También puede ser que la fuente ya esté por pasar a mejor vida. Acá es de probar con una fuente nueva o en buen estado.

Saludos!


----------



## phavlo (Ago 13, 2012)

probaste la fuente aparte aver si da los voltajes que debe dar ?


----------



## Meta (Ago 13, 2012)

Hola:

La fuente no se si será de buen estado. Lo que se que he probado varias fuentes solo con el conector cuadrado que tiene los 4 cables, dos negros y dos amarillos. Desde que lo conecte la fuente se para.

Los condensadores están bien. Lo que veo un poco quemado son dos coponentes que parecen reguladores al lado del microprocesador.
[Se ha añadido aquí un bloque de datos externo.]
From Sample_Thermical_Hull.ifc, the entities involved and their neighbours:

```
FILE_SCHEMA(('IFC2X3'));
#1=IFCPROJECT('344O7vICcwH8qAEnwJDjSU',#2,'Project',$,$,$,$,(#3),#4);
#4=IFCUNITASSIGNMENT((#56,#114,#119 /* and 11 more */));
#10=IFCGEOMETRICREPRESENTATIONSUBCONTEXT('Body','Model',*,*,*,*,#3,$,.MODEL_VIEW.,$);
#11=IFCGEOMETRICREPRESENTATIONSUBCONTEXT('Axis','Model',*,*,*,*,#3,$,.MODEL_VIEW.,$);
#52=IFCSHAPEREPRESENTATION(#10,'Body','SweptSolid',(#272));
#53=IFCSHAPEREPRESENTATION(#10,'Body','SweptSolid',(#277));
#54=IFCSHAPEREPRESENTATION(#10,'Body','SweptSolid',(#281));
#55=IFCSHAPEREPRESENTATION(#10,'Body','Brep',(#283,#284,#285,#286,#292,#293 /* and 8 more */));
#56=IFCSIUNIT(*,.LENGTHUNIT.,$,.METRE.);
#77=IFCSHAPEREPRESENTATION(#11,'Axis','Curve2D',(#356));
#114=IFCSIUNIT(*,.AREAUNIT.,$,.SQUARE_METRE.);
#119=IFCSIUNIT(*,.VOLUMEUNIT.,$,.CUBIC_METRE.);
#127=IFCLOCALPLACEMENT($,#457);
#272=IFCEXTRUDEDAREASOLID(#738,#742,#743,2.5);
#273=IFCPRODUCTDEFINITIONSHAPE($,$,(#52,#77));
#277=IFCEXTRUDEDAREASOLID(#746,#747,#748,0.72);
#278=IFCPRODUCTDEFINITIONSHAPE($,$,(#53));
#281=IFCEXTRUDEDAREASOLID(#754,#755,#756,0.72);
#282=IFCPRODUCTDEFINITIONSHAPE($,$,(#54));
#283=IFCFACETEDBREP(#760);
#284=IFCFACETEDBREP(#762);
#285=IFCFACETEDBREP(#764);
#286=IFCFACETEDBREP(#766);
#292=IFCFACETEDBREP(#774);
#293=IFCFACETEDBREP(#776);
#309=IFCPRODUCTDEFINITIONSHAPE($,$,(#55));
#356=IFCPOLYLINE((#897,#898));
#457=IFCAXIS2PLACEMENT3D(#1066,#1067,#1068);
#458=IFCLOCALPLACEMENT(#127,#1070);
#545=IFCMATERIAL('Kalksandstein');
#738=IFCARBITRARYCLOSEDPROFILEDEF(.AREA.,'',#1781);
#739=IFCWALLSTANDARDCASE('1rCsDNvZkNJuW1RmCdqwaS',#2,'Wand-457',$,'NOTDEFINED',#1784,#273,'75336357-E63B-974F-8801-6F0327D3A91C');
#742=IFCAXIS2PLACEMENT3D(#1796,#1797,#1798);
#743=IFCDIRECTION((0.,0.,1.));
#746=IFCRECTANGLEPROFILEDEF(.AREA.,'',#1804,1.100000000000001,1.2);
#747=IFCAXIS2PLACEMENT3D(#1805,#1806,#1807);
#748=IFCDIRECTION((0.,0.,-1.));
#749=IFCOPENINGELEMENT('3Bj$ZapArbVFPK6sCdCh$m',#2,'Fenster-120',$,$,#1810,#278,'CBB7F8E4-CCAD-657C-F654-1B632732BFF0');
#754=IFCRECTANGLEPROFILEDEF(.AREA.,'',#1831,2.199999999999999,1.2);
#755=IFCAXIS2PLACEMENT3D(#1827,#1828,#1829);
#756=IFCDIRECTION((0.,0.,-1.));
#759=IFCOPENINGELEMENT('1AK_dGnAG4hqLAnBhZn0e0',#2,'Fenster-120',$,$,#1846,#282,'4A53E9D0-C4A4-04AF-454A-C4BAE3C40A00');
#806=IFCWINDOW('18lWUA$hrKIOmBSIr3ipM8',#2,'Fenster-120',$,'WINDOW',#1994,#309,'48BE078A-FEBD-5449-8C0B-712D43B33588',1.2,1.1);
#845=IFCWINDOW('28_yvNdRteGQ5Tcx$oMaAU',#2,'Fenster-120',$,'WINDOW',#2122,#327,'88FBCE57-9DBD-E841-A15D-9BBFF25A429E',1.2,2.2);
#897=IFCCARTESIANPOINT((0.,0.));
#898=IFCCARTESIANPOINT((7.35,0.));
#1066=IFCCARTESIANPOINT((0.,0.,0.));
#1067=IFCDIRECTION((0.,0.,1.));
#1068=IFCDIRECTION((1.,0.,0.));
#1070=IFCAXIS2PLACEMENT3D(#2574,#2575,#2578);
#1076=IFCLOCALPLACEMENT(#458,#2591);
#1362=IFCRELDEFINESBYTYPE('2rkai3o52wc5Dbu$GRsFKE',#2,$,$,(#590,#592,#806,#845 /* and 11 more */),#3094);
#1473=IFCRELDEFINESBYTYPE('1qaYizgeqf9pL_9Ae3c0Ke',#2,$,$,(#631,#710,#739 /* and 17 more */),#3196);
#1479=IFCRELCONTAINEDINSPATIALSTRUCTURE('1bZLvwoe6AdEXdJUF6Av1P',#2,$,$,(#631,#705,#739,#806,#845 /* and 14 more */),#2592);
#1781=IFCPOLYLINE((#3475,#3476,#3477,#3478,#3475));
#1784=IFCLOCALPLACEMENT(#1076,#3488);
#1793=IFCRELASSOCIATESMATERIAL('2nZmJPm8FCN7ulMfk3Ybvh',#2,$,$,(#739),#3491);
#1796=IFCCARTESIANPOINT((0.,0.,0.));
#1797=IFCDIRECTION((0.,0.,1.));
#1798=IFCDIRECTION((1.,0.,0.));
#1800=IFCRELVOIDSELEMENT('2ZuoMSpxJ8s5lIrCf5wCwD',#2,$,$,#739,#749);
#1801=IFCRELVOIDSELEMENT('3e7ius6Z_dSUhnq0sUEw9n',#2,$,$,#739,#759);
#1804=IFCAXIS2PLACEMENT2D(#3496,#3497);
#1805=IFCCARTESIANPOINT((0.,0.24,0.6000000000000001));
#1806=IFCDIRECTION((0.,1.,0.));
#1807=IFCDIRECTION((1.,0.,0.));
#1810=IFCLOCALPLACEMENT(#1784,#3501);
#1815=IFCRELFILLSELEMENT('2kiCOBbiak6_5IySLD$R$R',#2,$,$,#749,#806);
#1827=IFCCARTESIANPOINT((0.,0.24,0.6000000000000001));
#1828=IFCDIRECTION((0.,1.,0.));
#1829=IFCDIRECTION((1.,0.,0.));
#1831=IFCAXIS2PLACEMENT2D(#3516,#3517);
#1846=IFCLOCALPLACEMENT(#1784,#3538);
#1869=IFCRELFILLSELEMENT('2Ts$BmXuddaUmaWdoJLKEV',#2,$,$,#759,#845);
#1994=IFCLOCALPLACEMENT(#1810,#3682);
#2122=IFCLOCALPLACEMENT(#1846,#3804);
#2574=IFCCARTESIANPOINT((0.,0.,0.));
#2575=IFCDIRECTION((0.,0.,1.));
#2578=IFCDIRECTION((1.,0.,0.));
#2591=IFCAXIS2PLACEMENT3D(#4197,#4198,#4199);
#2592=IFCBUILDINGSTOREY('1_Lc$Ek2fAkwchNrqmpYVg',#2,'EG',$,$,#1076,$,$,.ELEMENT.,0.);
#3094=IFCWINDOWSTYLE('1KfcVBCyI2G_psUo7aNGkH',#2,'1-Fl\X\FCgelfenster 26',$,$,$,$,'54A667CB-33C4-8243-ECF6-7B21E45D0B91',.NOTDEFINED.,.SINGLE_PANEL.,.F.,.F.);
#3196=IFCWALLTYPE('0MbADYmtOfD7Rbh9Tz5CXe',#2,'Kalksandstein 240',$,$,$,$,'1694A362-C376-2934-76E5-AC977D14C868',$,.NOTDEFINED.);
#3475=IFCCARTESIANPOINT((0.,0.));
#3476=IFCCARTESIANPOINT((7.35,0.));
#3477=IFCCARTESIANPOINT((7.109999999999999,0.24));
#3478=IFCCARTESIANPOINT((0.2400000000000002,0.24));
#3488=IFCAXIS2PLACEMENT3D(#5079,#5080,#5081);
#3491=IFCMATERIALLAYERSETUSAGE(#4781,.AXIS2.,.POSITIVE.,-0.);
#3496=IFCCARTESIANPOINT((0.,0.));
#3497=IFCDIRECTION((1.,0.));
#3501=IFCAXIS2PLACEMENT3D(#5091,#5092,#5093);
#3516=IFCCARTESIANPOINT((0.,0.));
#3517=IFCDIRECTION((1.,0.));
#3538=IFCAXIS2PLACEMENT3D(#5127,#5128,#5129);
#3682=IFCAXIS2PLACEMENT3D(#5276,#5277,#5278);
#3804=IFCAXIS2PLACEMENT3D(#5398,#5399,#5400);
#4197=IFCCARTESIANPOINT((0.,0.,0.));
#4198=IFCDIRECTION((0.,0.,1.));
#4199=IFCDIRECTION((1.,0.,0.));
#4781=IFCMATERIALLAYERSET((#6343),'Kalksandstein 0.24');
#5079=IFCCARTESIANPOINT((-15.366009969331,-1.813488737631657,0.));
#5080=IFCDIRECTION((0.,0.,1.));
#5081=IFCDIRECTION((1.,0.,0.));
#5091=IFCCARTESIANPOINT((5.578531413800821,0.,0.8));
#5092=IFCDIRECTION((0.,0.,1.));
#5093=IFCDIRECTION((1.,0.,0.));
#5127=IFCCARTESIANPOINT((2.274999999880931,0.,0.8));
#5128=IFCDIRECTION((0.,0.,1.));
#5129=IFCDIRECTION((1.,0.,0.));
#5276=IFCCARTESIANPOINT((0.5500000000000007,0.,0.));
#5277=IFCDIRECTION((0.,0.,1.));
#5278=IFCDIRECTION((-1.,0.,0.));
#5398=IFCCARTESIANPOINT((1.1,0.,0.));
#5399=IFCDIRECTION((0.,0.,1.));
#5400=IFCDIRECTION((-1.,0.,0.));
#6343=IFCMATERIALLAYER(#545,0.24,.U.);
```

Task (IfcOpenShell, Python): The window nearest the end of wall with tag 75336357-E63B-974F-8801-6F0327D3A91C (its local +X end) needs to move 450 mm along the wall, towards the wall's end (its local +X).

```python
import ifcopenshell
import ifcopenshell.api.geometry
import ifcopenshell.util.placement
import ifcopenshell.util.unit

model = ifcopenshell.open("Sample_Thermical_Hull.ifc")
unit_scale = ifcopenshell.util.unit.calculate_unit_scale(model)

window = model.by_guid("18lWUA$hrKIOmBSIr3ipM8")
opening = window.FillsVoids[0].RelatingOpeningElement
wall = opening.VoidsElements[0].RelatingBuildingElement

wall_matrix = ifcopenshell.util.placement.get_local_placement(wall.ObjectPlacement)
shift = wall_matrix[:3, 0] * 0.45 / unit_scale
before = ifcopenshell.util.placement.get_local_placement(window.ObjectPlacement)[:3, 3].copy()

# The window is placed relative to its opening, so it follows when the opening moves.
matrix = ifcopenshell.util.placement.get_local_placement(opening.ObjectPlacement)
matrix[:3, 3] += shift
ifcopenshell.api.geometry.edit_object_placement(
    model, product=opening, matrix=matrix, is_si=False, should_transform_children=True
)

after = ifcopenshell.util.placement.get_local_placement(window.ObjectPlacement)[:3, 3]
print("window moved by", (after - before).round(3) + 0.0)

model.write("Sample_Thermical_Hull_v2.ifc")
```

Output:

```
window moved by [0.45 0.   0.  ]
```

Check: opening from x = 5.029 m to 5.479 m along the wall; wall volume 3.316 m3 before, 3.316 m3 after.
Se llaman 85T03H. Pareque que son transistores.

He probado lols voltajes y da bien.

Un saludo.

Edito:
Leyendo por Internet, parece ser que el el microprocesador que puede estar mal, no mal conectado, sino quemado.

He encontrado esta explicación.


> Antes de nada, para comprobar si funciona (aunque esto no se puede hacer  así en todas las fuentes porque algunas disparan), desconecta todos los  cables de la fuente a la placa y dispositivos
> 
> Coje el conector ATX que es el de 20+4 pines (viene uno de 20 y otro al  lado de 4 para placas de 24 pin). Enchufa la fuente a 220V y pon su  interruptor trasero en ON.
> 
> ...



Mi conclusión, puede ser el microprocesador o los transistores que indiqué arriba.


----------



## Tacatomon (Ago 13, 2012)

Es muy probable que sea el componente que mencionas. Ya que cuando desconectas el voltaje auxiliar de la CPU el sistema arranca pero al estar dañada la etapa reguladora de la CPU, no hay señal. Unas fotos del área en cuestión ayudarían.

Saludos.


----------



## EDUARDO RIVEIRA (Ago 13, 2012)

Meta saludos, amigo lo que esta pasando es que tienes un corto en los mosfet que estan en la fuente que alimenta el procesador ,ese componente 85T03H es uno de ellos deben haber 3 0 4 iguales te toca bajarlos y verificar cuantos hay en corto o cual ya no cierra al ser gatillado.
si tomas una foto de esa parte de los mosfet y nos das el modelo de la motherboard major para los amigos del foro.


----------



## Meta (Ago 14, 2012)

Hola:

Cuando pueda subo las fotos.

El procesador en un Pentium IV, 3.0GHz. 2x512MB de RAM. La plama base es *ASUS PSGD2-X REV. 1.00*.

He quitado el procesador, parece estar bien, lo limpie a fondo y puse pasta nueva. La prueba que hice es conectar todos los conectores sin el procesador y enciende el ventilador de la CPU mientras los conectores todos conectados.

Pensé que era la fuente, he probado en poner dos fuentes conmutada de ATX, uno directo de los 22 pines y otra fuente de 4 pines. Ocurre lo mismo.

Parece ser que son esos componentes y no se si se pueden comprar en un local de electrónica.

Un cordial saludo.


----------



## EDUARDO RIVEIRA (Ago 14, 2012)

Meta saludos, esos componentes por lo general hay que pedirlos por encargo ,pero en talleres puedes conseguir motherboard malas en los cuales hay repuestos de reemplazo, lo que si tienes que hacer es verificar el datsheet de las componentes para comparar equivalencias.


----------